Homotopy type theory (HoTT) and Cubical type theory (CubicalTT) have been used to formalize foundations of mathematics, and have inspired extensions to Coq such as SProp.
However, demonstrated applications of HoTT and CubicalTT in regular verification tasks, such as for program verification, are to my knowledge few (e.g., SQL rewriting, patch theory, encoding pi-calculus, and probabilistic programming), and the general extent to which univalence increases the productivity of proof engineers is unknown.
Based on a discussion with @spitters on Coq’s Gitter, I would like to raise the issue of finding relevant benchmarks and case studies for comparing verification using vanilla Coq (pCUIC), HoTT for Coq, and Cubical Agda.
Interesting hard measures to compare include:
- lines of spec code
- lines of proof script code
- effort to complete in person hours
Softer measures such as reusability, comprehensibility, extendability could also be considered.
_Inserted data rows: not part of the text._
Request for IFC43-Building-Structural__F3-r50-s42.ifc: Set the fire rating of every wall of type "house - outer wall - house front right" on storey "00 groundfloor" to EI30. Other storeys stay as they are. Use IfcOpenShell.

First a look at what the model holds.

```python
import ifcopenshell
import ifcopenshell.util.element

model = ifcopenshell.open("IFC43-Building-Structural__F3-r50-s42.ifc")
print(model.schema)
storey = next(s for s in model.by_type("IfcBuildingStorey") if s.Name == "00 groundfloor")
walls = [e for e in ifcopenshell.util.element.get_decomposition(storey) if e.is_a("IfcWall")]
seen = {}
for e in walls:
    element_type = ifcopenshell.util.element.get_type(e)
    key = (element_type.Name if element_type != e and element_type else None, ifcopenshell.util.element.get_pset(e, "Pset_WallCommon", "FireRating"))
    seen[key] = seen.get(key, 0) + 1
for (name, value), count in sorted(seen.items(), key=str):
    print(count, "x", name, "|", value)
```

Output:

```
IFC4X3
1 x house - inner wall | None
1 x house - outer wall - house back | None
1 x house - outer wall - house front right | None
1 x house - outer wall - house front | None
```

```python
import ifcopenshell
import ifcopenshell.api.pset
import ifcopenshell.util.element

model = ifcopenshell.open("IFC43-Building-Structural__F3-r50-s42.ifc")

storey = next(s for s in model.by_type("IfcBuildingStorey") if s.Name == "00 groundfloor")
walls = [e for e in ifcopenshell.util.element.get_decomposition(storey) if e.is_a("IfcWall")]

count = 0
for e in walls:
    element_type = ifcopenshell.util.element.get_type(e)
    if element_type in (None, e) or element_type.Name != "house - outer wall - house front right":
        continue
    # add_pset returns the element's existing set when there is one.
    pset = ifcopenshell.api.pset.add_pset(model, product=e, name="Pset_WallCommon")
    ifcopenshell.api.pset.edit_pset(model, pset=pset, properties={"FireRating": "EI30"})
    count += 1

print(count, "walls updated")

model.write("IFC43-Building-Structural__F3-r50-s42-out.ifc")
```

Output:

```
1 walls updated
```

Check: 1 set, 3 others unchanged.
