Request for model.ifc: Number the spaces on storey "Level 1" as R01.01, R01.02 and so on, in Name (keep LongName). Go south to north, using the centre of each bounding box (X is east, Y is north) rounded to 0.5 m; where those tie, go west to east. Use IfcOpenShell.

First a look at what the model holds.

```python
import ifcopenshell
import ifcopenshell.util.element
import ifcopenshell.util.placement

model = ifcopenshell.open("model.ifc")
print(model.schema)
storey = next(s for s in model.by_type("IfcBuildingStorey") if s.Name == "Level 1")
spaces = [e for e in ifcopenshell.util.element.get_decomposition(storey) if e.is_a("IfcSpace")]
for e in sorted(spaces, key=lambda e: e.id()):
    origin = ifcopenshell.util.placement.get_local_placement(e.ObjectPlacement)[:3, 3]
    print(e.id(), e.Name, e.LongName, origin.round(2) + 0.0, sep=" | ")
```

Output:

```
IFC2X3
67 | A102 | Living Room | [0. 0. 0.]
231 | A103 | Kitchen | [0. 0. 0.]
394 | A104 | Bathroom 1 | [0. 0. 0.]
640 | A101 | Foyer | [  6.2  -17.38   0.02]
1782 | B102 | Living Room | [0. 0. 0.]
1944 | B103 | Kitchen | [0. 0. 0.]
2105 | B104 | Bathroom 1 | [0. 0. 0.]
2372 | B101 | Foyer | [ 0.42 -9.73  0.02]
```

```python
import ifcopenshell
import ifcopenshell.geom
import ifcopenshell.util.element
import ifcopenshell.util.shape

model = ifcopenshell.open("model.ifc")
settings = ifcopenshell.geom.settings()
settings.set("use-world-coords", True)


def centre(element):
    shape = ifcopenshell.geom.create_shape(settings, element)
    return ifcopenshell.util.shape.get_bbox_centroid(shape.geometry)


storey = next(s for s in model.by_type("IfcBuildingStorey") if s.Name == "Level 1")
spaces = [e for e in ifcopenshell.util.element.get_decomposition(storey) if e.is_a("IfcSpace")]

# Insertion points can sit at a corner or the storey origin, so sort by the geometry (in metres).
centres = {e: centre(e) for e in spaces}
spaces.sort(key=lambda e: (round(centres[e][1] / 0.5), centres[e][0]))

for i, e in enumerate(spaces, start=1):
    number = f"R01.{i:02d}"
    e.Name = number
    print(e.id(), number)

model.write("model_v2.ifc")
```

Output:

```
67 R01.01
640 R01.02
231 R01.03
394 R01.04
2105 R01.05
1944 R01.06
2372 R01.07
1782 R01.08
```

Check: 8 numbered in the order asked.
Here are some candidates for benchmarks:
- correctness of abstract data type implementations and algorithms from Okasaki’s book Purely Functional Data Structures (several of these have already been done for HOL4 in CakeML)
- definitions and (category) theory from the book Algebra of Programming by Bird and de Moor (some of this has already been done in plain Agda)
- metatheory and examples for some powerful modal logic, such as the modal ÎĽ-calculus, e.g., as presented by Bradfield and Stirling
The comparison approach could be similar to a code golfing competition, i.e., the goal is to get definitions and proofs that are as elegant and short as possible.
The literature contains many comparisons of different systems for specific verification tasks that can provide inspiration, e.g., correctness of a graph algorithm by Tarjan in Coq, Why3, and Isabelle/HOL.